Was wir euch als Gilde bieten können sollte aus den obigen Punkten zum Großteil deutlich hervor gehen. Unser größtes Kapital sind die Mitglieder unserer Gilde, denn darauf baut alles auf, und darum geht es auch letztendlich. Um dieses Kapital im Wert oben zu halten achten wir explizit darauf wen wir aufnehmen, und ob diese Person zu uns passt. Uns ist ein ausgewogenes Gruppengefüge sehr wichtig, und bewusst darauf aufbauend können wir dafür garantieren das neue Mitglieder jederzeit in ein solides Bündnis aus Freunden und solchen die es werden wollen aufgenommen werden. Uns ist die Freundschaft das höchste Gut, und dem wird alles andere unter geordnet. Aus diesem Umstand heraus haben wir auch genaue Vorstellungen von unseren Bewerbern. Worum es uns in keinem Fall geht sind Zahlen und Fakten eurer MMO-Vergangenheit, oder ob ihr 27 Std. am Tag Zeit zum Zocken habt. Was wir suchen sind Leute mit denen wir in erster Linie eine gute Zeit verleben können. Nicht mehr und nicht weniger. Der Rest kommt dann von ganz allein.

*Abschluss*

Zum Ende hin wollen wir euch noch ein paar Informationen mit auf den Weg geben.
Unsere Homepage: Link
Unser Forum: Link

Unser Konzept findet ihr hier: Link
Die Regeln wurden hier aufgeführt: Link
Die Gilde wird wie folgt organisiert: Link
Unsere Mitglieder aller Projekte: Link
Solltet ihr nun Interesse an unserer Gilde gefunden haben, und ihr dabei helfen wollt eines der Projekte mit aufzubauen, oder weiter zu entwickeln, so laden wir euch herzlich ein euch bei uns zu bewerben. Dazu solltet ihr diesem Link folgen: Link

Natürlich seid ihr auch eingeladen euch in unserem Forum an Diskussionen und Gesprächen zu beteiligen, ohne gleich Mitglied zu werden.

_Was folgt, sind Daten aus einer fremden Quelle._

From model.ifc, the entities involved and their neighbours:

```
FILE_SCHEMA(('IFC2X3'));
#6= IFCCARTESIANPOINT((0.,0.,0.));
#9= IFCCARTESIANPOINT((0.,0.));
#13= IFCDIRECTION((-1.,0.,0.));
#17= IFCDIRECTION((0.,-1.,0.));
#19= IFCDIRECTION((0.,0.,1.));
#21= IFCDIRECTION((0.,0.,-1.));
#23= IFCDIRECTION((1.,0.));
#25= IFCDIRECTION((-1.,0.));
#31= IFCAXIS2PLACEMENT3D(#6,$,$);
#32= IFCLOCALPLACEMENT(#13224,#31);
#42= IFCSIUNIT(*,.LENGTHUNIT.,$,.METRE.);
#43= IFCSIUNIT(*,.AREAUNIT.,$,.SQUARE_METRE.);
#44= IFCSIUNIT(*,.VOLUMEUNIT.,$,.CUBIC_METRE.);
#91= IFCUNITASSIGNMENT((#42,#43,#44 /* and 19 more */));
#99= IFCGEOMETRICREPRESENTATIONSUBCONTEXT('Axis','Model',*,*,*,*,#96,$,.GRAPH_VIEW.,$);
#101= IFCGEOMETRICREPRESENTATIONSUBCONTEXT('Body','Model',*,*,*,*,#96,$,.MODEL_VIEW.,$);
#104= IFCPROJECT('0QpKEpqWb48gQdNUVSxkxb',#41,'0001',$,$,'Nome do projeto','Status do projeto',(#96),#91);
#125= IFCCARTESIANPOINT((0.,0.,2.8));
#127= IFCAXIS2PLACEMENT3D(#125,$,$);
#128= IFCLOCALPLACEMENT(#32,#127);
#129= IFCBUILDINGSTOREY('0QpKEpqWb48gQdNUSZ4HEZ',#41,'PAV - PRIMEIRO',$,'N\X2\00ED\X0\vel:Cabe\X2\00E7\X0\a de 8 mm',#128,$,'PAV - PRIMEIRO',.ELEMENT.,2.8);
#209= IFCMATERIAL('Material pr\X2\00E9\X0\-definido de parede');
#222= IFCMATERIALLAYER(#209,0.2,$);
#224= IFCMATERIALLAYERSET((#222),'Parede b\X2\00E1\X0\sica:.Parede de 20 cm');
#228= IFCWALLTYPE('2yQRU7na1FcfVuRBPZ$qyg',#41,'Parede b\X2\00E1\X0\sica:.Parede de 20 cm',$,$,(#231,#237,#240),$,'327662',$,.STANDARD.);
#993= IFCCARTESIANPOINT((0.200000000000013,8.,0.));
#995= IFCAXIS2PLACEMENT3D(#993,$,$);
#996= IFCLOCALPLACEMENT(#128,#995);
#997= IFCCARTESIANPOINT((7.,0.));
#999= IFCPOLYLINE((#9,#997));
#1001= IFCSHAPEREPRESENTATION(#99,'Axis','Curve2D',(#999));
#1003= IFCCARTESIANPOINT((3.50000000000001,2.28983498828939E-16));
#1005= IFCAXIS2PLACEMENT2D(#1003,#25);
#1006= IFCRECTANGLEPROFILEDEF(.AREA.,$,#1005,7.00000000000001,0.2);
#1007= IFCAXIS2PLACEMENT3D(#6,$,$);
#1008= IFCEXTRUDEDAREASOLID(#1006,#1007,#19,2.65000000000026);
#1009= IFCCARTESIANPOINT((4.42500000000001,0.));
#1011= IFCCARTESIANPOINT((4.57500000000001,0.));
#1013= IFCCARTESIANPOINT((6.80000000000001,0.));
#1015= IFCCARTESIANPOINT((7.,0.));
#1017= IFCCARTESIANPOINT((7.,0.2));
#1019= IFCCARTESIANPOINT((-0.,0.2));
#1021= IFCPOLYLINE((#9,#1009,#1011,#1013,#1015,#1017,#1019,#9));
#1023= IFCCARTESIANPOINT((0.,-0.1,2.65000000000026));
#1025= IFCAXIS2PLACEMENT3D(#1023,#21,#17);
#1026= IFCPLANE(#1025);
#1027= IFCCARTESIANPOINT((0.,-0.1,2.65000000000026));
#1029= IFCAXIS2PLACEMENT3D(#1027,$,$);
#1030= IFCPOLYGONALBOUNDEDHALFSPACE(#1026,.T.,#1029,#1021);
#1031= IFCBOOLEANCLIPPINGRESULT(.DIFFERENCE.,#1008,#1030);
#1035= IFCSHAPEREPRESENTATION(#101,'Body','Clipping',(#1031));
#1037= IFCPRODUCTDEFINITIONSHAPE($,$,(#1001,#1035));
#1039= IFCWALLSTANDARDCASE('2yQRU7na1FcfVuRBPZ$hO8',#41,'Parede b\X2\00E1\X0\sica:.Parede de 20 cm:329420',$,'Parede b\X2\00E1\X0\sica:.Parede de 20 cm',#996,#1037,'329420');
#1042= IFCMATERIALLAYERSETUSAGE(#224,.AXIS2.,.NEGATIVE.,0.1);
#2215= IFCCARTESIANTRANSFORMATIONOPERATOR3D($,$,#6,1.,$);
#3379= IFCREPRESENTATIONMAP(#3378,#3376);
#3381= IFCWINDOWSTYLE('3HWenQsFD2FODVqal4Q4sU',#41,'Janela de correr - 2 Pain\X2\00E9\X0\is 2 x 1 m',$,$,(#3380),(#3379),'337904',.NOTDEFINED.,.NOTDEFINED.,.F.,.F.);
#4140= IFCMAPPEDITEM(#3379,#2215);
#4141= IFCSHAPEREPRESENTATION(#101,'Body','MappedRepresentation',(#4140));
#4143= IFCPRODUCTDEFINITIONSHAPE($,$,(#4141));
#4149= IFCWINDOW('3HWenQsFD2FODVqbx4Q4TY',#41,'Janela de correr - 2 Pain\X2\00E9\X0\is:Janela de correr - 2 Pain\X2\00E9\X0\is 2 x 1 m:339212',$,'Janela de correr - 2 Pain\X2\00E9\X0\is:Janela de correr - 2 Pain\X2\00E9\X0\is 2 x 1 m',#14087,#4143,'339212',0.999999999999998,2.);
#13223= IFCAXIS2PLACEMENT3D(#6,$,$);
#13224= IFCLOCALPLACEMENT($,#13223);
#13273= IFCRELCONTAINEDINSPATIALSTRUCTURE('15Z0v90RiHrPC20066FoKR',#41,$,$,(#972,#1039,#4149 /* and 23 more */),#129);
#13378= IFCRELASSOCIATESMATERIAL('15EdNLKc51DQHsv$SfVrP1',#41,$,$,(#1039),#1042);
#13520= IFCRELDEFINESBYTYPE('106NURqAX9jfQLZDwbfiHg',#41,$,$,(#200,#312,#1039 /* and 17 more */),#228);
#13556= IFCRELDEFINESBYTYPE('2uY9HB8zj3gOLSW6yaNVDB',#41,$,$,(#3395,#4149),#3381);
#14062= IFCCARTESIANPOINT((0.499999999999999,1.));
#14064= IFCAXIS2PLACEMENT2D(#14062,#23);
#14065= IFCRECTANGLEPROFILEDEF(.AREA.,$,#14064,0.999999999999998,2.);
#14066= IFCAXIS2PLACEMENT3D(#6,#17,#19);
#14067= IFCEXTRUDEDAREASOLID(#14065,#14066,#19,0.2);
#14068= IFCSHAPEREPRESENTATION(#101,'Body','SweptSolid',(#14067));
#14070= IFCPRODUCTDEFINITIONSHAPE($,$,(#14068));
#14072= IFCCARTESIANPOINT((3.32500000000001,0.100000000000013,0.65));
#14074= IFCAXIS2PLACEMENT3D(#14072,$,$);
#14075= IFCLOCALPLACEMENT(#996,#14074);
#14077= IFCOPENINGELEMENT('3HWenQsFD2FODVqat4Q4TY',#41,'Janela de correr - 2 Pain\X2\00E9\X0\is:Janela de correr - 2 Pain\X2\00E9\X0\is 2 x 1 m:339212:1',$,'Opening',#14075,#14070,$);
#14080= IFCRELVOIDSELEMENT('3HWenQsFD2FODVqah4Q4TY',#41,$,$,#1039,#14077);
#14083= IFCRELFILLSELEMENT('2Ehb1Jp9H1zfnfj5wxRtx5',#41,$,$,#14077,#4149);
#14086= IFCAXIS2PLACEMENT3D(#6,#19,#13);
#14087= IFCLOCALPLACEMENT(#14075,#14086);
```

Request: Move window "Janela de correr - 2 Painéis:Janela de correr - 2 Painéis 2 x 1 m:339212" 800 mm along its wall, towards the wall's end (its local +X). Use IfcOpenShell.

```python
import ifcopenshell
import ifcopenshell.api.geometry
import ifcopenshell.util.placement
import ifcopenshell.util.unit

model = ifcopenshell.open("model.ifc")
unit_scale = ifcopenshell.util.unit.calculate_unit_scale(model)

window = model.by_guid("3HWenQsFD2FODVqbx4Q4TY")
opening = window.FillsVoids[0].RelatingOpeningElement
wall = opening.VoidsElements[0].RelatingBuildingElement

wall_matrix = ifcopenshell.util.placement.get_local_placement(wall.ObjectPlacement)
shift = wall_matrix[:3, 0] * 0.8 / unit_scale
before = ifcopenshell.util.placement.get_local_placement(window.ObjectPlacement)[:3, 3].copy()

# The window is placed relative to its opening, so it follows when the opening moves.
matrix = ifcopenshell.util.placement.get_local_placement(opening.ObjectPlacement)
matrix[:3, 3] += shift
ifcopenshell.api.geometry.edit_object_placement(
    model, product=opening, matrix=matrix, is_si=False, should_transform_children=True
)

after = ifcopenshell.util.placement.get_local_placement(window.ObjectPlacement)[:3, 3]
print("window moved by", (after - before).round(3) + 0.0)

model.write("model_edited.ifc")
```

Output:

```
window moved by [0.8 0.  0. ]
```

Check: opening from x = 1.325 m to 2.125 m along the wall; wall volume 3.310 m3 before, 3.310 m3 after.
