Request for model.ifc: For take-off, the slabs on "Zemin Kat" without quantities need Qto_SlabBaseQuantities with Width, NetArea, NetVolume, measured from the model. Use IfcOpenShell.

First a look at what the model holds.

```python
import ifcopenshell
import ifcopenshell.util.element
import ifcopenshell.util.unit

model = ifcopenshell.open("model.ifc")
print(model.schema)
for unit_type in ("LENGTHUNIT", "AREAUNIT", "VOLUMEUNIT"):
    print(unit_type, ifcopenshell.util.unit.calculate_unit_scale(model, unit_type))
storey = next(s for s in model.by_type("IfcBuildingStorey") if s.Name == "Zemin Kat")
slabs = [e for e in ifcopenshell.util.element.get_decomposition(storey) if e.is_a("IfcSlab")]
for e in sorted(slabs, key=lambda e: e.id()):
    print(e.id(), e.is_a(), e.Name, list(ifcopenshell.util.element.get_psets(e, qtos_only=True)), sep=" | ")
```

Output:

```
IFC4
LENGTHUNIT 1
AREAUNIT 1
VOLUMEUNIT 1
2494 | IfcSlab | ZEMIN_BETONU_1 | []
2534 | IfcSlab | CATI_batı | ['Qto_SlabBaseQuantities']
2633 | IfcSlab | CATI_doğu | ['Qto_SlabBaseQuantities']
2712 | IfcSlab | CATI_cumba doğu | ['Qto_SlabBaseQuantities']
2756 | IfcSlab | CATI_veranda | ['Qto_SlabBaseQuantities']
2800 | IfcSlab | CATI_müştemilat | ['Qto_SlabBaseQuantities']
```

```python
import ifcopenshell
import ifcopenshell.api.pset
import ifcopenshell.geom
import ifcopenshell.util.element
import ifcopenshell.util.shape
import ifcopenshell.util.unit

model = ifcopenshell.open("model.ifc")
unit_scale = ifcopenshell.util.unit.calculate_unit_scale(model)
area_scale = ifcopenshell.util.unit.calculate_unit_scale(model, "AREAUNIT")
volume_scale = ifcopenshell.util.unit.calculate_unit_scale(model, "VOLUMEUNIT")
settings = ifcopenshell.geom.settings()

storey = next(s for s in model.by_type("IfcBuildingStorey") if s.Name == "Zemin Kat")
slabs = [e for e in ifcopenshell.util.element.get_decomposition(storey) if e.is_a("IfcSlab")]

for e in sorted(slabs, key=lambda e: e.id()):
    if ifcopenshell.util.element.get_psets(e, qtos_only=True, should_inherit=False):
        continue
    # Geometry comes back in metres, in the element's own axes.
    shape = ifcopenshell.geom.create_shape(settings, e)
    values = {
        "Width": ifcopenshell.util.shape.get_z(shape.geometry) / unit_scale,
        "NetArea": ifcopenshell.util.shape.get_footprint_area(shape.geometry) / area_scale,
        "NetVolume": ifcopenshell.util.shape.get_volume(shape.geometry) / volume_scale,
    }
    qto = ifcopenshell.api.pset.add_qto(model, product=e, name="Qto_SlabBaseQuantities")
    ifcopenshell.api.pset.edit_qto(model, qto=qto, properties=values)
    print(e.id(), {k: round(v, 3) for k, v in values.items()})

model.write("model_rev.ifc")
```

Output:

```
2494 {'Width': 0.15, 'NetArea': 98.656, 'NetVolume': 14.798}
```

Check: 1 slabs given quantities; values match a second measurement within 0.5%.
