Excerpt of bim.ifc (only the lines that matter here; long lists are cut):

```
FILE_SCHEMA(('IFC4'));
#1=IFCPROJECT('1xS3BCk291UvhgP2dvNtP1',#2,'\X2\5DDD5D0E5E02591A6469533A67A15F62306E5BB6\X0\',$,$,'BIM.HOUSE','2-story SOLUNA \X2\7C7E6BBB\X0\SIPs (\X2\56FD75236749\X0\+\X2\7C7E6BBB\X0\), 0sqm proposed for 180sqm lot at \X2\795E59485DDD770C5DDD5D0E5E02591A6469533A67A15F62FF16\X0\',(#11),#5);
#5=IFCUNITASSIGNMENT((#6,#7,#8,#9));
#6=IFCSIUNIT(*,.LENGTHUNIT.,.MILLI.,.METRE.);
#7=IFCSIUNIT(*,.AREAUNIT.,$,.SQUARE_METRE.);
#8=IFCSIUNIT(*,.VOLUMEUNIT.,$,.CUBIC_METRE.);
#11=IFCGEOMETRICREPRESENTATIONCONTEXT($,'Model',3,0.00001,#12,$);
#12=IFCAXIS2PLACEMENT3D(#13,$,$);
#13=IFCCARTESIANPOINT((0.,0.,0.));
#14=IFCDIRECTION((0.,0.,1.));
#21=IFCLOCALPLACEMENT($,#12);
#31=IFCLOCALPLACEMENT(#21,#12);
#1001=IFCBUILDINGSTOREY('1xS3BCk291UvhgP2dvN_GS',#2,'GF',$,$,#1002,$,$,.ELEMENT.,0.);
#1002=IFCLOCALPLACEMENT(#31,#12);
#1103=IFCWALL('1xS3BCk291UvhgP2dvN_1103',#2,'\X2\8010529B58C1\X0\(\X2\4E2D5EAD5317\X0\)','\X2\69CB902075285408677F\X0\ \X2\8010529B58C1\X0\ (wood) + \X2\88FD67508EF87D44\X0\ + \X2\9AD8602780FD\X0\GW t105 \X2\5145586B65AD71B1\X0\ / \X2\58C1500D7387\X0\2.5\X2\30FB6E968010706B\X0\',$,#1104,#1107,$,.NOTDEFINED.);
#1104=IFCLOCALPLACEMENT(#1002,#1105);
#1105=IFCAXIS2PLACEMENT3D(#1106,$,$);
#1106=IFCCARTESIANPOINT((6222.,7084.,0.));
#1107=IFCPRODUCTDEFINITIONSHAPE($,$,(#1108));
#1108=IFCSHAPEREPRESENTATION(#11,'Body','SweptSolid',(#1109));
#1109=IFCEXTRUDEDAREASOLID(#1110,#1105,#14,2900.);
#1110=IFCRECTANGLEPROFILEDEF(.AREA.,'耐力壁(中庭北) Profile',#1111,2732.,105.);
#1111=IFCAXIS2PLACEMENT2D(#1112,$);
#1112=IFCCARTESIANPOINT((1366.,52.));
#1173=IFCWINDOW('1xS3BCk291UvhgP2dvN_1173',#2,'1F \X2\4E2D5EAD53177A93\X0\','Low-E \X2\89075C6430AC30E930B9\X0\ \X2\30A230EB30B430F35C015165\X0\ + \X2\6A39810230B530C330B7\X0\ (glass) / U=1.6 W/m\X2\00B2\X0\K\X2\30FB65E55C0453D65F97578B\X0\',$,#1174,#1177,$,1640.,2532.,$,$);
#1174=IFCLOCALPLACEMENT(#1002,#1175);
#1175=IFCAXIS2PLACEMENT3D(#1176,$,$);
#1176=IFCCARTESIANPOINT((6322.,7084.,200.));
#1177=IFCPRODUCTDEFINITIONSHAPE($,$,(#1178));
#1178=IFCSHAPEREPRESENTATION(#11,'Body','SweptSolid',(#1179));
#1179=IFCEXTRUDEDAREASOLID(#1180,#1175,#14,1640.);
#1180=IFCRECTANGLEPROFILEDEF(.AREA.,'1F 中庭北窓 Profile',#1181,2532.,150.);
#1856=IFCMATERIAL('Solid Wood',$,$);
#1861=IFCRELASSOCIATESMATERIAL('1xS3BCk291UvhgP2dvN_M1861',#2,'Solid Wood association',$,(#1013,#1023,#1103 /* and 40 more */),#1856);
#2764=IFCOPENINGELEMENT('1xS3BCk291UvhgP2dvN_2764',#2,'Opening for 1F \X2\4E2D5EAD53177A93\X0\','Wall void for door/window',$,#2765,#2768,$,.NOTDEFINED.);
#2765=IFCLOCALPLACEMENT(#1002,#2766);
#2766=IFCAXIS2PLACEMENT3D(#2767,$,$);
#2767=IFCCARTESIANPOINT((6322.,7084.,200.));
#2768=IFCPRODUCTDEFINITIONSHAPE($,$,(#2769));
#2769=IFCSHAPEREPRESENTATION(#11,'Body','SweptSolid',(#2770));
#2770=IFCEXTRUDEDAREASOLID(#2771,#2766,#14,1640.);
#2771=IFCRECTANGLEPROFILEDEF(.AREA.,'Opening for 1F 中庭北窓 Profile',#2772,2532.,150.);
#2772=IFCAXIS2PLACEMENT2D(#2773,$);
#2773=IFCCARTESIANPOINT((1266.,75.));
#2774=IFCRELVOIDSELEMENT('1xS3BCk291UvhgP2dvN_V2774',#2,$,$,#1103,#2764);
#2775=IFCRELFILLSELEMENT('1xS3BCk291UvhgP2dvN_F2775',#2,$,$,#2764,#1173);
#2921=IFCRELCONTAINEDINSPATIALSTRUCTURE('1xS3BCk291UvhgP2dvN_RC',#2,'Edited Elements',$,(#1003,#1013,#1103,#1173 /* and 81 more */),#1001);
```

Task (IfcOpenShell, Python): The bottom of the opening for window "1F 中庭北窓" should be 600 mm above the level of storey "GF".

```python
import numpy as np
import ifcopenshell
import ifcopenshell.api.geometry
import ifcopenshell.geom
import ifcopenshell.util.element
import ifcopenshell.util.placement
import ifcopenshell.util.shape
import ifcopenshell.util.unit

model = ifcopenshell.open("bim.ifc")
unit_scale = ifcopenshell.util.unit.calculate_unit_scale(model)

window = model.by_guid("1xS3BCk291UvhgP2dvN_1173")
opening = window.FillsVoids[0].RelatingOpeningElement
storey = ifcopenshell.util.element.get_container(window, ifc_class="IfcBuildingStorey")
level = ifcopenshell.util.placement.get_local_placement(storey.ObjectPlacement)[2, 3]

# The opening's origin need not be at the sill, so measure its lowest point.
shape = ifcopenshell.geom.create_shape(ifcopenshell.geom.settings(), opening)
bottom = ifcopenshell.util.shape.get_shape_bottom_elevation(shape, shape.geometry) / unit_scale
dz = level + 600.0 - bottom

shift = np.array([0.0, 0.0, dz])
# The window is not placed relative to its opening, so move both.
for product in (opening, window):
    matrix = ifcopenshell.util.placement.get_local_placement(product.ObjectPlacement)
    matrix[:3, 3] += shift
    ifcopenshell.api.geometry.edit_object_placement(model, product=product, matrix=matrix, is_si=False)

print(f"moved by {dz * unit_scale:+.3f} m")

model.write("bim_updated.ifc")
```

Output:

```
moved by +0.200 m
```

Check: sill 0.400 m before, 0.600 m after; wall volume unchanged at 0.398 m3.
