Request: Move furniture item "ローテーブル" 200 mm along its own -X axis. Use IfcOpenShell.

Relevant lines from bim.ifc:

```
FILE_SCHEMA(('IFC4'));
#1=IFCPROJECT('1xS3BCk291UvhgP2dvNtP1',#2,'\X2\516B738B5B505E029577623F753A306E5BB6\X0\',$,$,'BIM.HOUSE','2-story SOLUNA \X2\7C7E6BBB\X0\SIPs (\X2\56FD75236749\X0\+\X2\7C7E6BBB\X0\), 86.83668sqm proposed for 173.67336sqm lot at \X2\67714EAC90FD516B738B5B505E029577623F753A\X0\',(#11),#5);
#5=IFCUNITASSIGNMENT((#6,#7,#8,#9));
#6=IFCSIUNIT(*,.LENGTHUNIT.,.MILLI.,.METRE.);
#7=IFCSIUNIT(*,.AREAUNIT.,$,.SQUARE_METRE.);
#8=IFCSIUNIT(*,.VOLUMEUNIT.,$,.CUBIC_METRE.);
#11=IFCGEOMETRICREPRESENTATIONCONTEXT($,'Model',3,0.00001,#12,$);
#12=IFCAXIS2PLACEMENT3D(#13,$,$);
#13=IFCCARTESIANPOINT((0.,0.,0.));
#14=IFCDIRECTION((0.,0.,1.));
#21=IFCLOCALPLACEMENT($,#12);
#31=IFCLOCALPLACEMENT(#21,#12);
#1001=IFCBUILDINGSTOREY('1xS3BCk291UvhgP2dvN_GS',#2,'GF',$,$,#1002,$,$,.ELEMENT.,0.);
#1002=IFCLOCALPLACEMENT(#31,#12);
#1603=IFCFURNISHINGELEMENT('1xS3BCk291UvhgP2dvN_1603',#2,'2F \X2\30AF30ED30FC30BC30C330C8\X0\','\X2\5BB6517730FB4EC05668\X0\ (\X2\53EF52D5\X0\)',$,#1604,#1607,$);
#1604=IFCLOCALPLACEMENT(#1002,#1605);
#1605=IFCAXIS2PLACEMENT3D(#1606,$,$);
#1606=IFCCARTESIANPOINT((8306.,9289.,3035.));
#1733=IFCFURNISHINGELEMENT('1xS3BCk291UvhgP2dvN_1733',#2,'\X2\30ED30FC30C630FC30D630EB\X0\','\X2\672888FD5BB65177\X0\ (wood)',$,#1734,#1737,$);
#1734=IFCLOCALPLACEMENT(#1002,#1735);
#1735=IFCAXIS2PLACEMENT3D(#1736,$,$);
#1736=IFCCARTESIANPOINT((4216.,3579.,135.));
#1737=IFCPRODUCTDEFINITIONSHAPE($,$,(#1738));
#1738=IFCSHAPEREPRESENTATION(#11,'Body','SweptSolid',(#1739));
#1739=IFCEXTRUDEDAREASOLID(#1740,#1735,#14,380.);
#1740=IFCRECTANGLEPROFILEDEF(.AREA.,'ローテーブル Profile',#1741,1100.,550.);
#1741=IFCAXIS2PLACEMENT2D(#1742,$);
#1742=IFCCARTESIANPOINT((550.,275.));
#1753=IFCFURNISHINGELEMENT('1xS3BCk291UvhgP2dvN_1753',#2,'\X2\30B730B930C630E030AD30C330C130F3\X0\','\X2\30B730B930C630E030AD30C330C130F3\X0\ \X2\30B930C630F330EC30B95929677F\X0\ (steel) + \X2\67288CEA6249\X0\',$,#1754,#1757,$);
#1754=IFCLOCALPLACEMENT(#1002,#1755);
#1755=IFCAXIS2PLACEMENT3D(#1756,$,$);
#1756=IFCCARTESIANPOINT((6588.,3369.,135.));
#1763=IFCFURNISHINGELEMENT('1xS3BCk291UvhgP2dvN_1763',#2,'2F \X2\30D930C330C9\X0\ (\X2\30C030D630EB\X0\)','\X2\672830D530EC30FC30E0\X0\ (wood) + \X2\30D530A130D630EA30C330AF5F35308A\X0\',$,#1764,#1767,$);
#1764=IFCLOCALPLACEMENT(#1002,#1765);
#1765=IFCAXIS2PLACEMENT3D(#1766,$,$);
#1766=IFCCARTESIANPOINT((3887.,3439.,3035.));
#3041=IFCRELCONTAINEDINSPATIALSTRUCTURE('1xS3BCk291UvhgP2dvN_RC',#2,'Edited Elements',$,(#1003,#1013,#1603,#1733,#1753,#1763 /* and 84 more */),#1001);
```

```python
import ifcopenshell
import ifcopenshell.api.geometry
import ifcopenshell.util.placement
import ifcopenshell.util.unit

model = ifcopenshell.open("bim.ifc")
unit_scale = ifcopenshell.util.unit.calculate_unit_scale(model)

item = model.by_guid("1xS3BCk291UvhgP2dvN_1733")
matrix = ifcopenshell.util.placement.get_local_placement(item.ObjectPlacement)
matrix[:3, 3] -= matrix[:3, 0] * 0.2 / unit_scale
ifcopenshell.api.geometry.edit_object_placement(model, product=item, matrix=matrix, is_si=False)

print(ifcopenshell.util.placement.get_local_placement(item.ObjectPlacement).round(3) + 0.0)

model.write("bim_edited.ifc")
```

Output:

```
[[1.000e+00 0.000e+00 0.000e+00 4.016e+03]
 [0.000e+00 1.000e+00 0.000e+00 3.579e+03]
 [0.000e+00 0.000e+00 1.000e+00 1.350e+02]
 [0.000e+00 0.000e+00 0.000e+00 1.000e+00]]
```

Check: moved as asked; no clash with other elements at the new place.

An dieser Stelle danken wir euch für das gezeigte Interesse, und wir freuen uns darauf euch möglicherweise kennen zu lernen.

Bis dahin senden wir beste Grüße!


----------



## Tharasala (30. Oktober 2007)

Habe die Anzahl der Mitglieder aktuallisiert. Außerdem versuchen wir nun einen Gildeninternen Raid aufzubauen und suchen natürlich auch hierfür noch Interessierte neue Mitglieder.


----------



## Tharasala (23. November 2007)

*Wir suchen derzeit noch Leute für unseren Karazhan-Raid, eine Gildenmitgliedschaft ist dazu nicht nötig. Mehr Infos dazu findet ihr auf unserer HP/Forum. Einfach dort registrieren und im Bereich "World of Warcraft/Allgemein" eine Vorstellung niederschreiben. In kürzester Zeit wird sich dann jemand der Verantworlichen an euch wenden.*


----------



## Tharasala (29. Dezember 2007)

Aktuallisiert

Des weiteren suchen wir nach wie vor für unseren laufenden Karazhan-Raid Mitglieder!

Gern gesehen sind natürlich auch Newsposter und Interessierte die an der ganzen Seite mitarbeiten möchten.


----------



## Tharasala (21. Januar 2008)

Am gestriegen Tage haben die Sternengarde und der Martial Arts Raid fusioniert. Fortan werden beide Gilden unter dem Namen Sternengarde ihren Weg auf der Todeswache gehen. Trotz allem suchen wir natürlich auch weiterhin nach neuen Mitgliedern.


----------



## Tharasala (14. Februar 2008)

*Sternengarde wird ein Jahr*

Es war einmal, so fangen alle Märchen an, das sich eine Hand voll Menschen zusammen fanden, um etwas zu begründen, von dem wahrscheinlich nicht jeder erwartet hätte das es so lange bestehen würde. Nun ist dies kein Märchen, und anders als in einem solchen haben wir auch keine Frösche die man küssen könnte, oder verbitterte Prinzessinnen die in einem vermoderten Turm hausen müssen bis ihnen jemand am Haupthaar herauf klettern wird. Die eheste Ähnlichkeit wäre wohl die, das sich viele unserer Mitglieder selbst hin und wieder in eine Fabelwelt begeben um dort Abenteuer wie in manchem Märchen zu erleben, und am Ende voller heroischer Taten da zu stehen.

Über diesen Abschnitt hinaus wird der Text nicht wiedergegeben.